Problem to solve » Please filter the listing for the string "IFCARBITRARYCLOSEDPROFILEDEF" and copy each matching line.

========================

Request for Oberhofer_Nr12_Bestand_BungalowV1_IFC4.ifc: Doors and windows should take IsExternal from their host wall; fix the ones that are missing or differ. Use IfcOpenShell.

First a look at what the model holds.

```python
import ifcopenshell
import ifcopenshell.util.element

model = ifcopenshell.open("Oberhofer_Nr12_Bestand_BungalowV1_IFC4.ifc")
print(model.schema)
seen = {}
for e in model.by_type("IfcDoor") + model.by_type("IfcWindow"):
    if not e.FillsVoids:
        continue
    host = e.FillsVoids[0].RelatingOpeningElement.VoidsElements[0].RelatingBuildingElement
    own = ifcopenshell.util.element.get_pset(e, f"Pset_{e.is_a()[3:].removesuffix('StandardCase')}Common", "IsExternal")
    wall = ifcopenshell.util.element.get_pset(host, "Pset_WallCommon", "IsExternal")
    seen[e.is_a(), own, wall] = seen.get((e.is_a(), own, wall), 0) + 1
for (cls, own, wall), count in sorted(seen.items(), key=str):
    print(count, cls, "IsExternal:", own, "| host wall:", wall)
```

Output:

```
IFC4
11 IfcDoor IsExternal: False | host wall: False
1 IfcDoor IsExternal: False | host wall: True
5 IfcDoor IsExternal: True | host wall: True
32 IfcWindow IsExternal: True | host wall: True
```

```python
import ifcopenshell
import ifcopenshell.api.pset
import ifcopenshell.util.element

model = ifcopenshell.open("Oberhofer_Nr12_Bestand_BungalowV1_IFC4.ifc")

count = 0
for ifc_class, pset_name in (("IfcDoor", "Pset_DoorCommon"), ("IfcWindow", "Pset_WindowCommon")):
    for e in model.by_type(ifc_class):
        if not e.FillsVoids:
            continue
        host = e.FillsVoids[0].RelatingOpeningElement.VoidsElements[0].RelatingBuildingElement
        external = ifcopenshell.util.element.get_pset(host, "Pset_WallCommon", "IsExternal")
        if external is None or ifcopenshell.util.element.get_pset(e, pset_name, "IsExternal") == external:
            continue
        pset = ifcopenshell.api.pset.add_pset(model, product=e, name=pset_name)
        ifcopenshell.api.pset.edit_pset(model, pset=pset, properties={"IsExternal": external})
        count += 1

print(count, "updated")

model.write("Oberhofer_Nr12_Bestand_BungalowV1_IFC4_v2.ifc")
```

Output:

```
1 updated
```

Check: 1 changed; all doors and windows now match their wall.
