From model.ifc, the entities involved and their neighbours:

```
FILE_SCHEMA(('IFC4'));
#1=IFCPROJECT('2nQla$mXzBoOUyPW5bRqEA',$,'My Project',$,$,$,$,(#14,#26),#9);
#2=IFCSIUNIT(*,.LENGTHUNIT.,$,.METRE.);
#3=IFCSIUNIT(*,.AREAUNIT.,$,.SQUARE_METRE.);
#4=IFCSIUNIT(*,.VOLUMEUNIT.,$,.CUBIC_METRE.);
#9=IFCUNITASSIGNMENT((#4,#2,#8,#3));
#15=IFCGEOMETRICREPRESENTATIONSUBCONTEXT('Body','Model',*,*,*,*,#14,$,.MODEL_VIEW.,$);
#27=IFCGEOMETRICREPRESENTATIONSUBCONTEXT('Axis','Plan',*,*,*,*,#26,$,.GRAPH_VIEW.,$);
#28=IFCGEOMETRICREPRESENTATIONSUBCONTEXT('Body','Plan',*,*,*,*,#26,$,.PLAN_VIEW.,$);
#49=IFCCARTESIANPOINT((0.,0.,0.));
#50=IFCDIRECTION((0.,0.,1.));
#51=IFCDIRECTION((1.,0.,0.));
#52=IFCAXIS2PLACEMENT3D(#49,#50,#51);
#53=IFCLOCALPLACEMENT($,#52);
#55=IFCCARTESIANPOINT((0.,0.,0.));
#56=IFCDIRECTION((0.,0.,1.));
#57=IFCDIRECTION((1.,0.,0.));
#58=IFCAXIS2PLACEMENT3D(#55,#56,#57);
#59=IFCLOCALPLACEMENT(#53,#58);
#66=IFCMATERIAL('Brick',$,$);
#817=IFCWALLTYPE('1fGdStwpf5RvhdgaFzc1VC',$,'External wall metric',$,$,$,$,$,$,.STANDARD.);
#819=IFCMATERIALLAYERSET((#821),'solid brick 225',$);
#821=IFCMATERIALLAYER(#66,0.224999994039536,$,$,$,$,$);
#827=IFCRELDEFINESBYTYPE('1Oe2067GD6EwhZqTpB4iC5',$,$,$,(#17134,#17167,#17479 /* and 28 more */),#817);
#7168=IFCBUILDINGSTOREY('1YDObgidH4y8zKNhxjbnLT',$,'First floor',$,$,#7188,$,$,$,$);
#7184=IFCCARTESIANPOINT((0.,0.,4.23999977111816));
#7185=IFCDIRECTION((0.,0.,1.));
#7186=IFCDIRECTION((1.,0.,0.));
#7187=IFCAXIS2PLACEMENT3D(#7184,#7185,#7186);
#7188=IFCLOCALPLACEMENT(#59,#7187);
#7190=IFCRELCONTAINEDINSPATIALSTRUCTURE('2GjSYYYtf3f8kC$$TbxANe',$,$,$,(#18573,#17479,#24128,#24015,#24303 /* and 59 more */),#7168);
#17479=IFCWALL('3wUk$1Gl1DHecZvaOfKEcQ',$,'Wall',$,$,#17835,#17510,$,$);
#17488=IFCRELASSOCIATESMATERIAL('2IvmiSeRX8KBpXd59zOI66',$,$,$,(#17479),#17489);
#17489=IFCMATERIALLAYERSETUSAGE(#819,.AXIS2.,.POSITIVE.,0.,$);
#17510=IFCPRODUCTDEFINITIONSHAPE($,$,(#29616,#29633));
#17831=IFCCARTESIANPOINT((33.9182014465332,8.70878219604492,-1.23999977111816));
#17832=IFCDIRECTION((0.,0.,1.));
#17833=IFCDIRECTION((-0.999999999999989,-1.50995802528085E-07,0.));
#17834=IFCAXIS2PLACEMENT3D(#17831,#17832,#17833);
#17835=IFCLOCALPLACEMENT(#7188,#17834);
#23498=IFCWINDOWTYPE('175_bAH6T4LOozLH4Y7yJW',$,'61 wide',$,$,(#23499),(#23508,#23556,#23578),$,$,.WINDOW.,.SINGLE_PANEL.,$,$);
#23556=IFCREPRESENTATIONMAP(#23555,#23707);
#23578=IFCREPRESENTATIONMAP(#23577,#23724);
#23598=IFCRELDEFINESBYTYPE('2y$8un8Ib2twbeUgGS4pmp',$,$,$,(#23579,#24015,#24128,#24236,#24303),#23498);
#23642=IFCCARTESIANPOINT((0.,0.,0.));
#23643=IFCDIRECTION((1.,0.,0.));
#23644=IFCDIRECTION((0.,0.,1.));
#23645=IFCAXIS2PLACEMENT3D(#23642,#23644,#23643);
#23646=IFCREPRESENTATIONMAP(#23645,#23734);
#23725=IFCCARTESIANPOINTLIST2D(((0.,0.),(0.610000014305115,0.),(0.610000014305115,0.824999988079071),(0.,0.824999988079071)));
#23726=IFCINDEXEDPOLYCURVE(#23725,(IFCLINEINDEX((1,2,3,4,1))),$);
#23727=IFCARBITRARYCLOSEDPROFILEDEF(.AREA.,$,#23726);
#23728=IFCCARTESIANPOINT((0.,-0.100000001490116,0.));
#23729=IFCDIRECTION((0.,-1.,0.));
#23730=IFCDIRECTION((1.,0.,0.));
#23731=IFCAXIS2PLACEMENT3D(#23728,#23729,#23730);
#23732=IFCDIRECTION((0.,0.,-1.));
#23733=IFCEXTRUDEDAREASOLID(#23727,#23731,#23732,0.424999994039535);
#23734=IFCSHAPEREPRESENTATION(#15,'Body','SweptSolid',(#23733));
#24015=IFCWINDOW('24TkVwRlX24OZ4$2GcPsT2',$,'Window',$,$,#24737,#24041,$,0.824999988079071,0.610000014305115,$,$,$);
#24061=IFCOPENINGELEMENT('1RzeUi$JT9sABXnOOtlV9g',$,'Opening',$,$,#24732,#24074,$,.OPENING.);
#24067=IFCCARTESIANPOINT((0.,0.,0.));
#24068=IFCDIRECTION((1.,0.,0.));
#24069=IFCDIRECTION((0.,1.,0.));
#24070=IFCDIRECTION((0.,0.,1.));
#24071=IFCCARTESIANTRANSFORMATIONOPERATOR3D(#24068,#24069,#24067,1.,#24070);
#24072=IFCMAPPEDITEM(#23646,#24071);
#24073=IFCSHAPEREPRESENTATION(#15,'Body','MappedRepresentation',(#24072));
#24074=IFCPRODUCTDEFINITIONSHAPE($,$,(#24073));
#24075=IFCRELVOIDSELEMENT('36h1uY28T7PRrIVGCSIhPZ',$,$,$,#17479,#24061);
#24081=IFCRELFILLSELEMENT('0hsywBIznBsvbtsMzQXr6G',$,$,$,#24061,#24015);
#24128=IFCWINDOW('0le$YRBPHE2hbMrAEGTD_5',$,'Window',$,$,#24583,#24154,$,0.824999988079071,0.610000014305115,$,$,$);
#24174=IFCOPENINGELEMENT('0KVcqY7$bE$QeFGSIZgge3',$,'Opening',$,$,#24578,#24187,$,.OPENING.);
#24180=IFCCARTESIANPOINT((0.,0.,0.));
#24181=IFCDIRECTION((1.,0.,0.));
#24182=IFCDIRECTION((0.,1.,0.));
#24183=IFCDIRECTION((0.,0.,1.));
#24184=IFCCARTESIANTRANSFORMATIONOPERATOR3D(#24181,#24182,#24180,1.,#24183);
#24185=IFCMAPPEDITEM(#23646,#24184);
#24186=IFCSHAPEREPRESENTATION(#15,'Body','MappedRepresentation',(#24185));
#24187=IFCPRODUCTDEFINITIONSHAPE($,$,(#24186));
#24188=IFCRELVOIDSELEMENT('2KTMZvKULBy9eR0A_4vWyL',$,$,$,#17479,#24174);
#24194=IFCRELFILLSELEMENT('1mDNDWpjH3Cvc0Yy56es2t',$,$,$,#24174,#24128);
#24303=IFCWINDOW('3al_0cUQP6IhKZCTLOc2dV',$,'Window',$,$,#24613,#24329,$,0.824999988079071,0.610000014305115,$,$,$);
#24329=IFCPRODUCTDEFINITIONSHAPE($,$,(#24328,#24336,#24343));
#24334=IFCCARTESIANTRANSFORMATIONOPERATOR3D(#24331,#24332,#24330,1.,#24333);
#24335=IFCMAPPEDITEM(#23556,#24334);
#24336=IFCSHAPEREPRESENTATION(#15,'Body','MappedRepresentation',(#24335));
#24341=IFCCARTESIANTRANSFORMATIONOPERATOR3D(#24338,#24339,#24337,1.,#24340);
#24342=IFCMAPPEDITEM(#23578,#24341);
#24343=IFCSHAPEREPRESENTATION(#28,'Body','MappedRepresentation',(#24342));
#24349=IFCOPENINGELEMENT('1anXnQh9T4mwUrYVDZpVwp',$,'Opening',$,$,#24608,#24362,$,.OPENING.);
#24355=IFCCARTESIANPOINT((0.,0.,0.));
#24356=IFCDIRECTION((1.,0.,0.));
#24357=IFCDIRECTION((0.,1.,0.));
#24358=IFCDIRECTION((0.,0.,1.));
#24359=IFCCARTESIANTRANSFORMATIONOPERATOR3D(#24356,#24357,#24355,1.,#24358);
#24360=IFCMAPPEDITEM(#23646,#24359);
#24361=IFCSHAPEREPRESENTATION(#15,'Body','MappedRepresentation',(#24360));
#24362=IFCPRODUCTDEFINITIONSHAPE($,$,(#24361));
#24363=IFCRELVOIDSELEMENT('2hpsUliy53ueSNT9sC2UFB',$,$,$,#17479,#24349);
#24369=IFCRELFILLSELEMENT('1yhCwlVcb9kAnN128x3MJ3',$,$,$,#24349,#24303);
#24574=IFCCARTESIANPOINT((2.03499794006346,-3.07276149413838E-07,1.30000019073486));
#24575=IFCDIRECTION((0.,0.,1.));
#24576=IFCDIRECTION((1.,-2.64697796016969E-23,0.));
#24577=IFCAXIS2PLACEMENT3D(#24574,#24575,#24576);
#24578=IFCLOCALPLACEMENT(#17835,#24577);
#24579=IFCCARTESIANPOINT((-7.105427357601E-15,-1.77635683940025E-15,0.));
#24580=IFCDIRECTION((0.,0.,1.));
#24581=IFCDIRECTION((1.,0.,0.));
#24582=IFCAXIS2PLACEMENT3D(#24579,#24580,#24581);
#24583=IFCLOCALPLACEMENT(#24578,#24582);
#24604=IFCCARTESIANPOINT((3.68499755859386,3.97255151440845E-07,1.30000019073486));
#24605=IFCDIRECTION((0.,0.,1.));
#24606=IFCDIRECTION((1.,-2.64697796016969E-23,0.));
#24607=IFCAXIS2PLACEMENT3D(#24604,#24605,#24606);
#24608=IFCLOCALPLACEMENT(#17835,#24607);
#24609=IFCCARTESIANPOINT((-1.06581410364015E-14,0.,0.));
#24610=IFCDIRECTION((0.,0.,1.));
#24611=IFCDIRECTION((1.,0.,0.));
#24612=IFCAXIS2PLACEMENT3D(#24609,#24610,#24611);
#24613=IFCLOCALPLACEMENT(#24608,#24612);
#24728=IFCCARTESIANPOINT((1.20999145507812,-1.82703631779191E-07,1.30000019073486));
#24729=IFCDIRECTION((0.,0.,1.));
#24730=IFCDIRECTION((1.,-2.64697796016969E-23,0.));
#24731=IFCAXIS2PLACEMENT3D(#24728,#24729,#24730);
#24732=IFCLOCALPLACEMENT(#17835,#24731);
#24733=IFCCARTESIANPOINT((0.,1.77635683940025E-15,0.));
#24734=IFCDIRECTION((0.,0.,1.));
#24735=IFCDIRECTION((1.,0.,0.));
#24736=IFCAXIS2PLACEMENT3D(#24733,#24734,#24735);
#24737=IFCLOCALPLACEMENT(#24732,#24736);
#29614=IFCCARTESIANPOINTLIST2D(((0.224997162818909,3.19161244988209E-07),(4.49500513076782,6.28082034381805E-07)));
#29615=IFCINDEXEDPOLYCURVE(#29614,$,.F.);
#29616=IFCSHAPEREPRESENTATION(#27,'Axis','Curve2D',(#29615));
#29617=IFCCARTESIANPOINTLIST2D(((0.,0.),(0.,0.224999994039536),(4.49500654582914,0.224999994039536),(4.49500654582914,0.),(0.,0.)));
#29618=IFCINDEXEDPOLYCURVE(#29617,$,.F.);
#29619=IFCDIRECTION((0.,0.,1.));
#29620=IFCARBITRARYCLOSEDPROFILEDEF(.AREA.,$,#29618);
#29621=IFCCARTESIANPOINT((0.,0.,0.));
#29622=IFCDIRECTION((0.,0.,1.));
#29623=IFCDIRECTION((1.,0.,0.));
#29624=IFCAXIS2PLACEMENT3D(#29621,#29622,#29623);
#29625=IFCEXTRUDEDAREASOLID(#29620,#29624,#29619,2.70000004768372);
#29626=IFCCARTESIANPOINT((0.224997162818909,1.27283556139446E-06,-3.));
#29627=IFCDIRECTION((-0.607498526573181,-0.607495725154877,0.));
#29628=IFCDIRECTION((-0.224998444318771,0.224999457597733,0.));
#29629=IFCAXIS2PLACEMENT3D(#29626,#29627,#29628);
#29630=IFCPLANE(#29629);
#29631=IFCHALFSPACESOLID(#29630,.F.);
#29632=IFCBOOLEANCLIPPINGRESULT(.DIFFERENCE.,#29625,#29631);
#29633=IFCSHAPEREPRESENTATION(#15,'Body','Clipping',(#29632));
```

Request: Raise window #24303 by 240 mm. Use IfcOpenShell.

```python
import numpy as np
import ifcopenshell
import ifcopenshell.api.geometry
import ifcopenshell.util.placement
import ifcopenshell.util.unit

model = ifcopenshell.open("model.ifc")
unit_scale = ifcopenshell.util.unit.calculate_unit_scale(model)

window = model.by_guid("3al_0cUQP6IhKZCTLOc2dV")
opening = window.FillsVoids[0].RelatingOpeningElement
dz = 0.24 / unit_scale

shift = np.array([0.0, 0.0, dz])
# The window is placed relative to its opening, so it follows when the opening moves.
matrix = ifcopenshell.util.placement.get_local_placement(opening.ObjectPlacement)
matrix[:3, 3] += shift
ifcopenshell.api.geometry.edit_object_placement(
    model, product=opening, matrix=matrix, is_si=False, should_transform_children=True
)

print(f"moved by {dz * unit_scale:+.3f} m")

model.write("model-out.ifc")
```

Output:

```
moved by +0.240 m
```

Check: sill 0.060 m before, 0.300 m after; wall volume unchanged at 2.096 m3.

========================

Expected output »
#23727=IFCARBITRARYCLOSEDPROFILEDEF(.AREA.,$,#23726);
#29620=IFCARBITRARYCLOSEDPROFILEDEF(.AREA.,$,#29618);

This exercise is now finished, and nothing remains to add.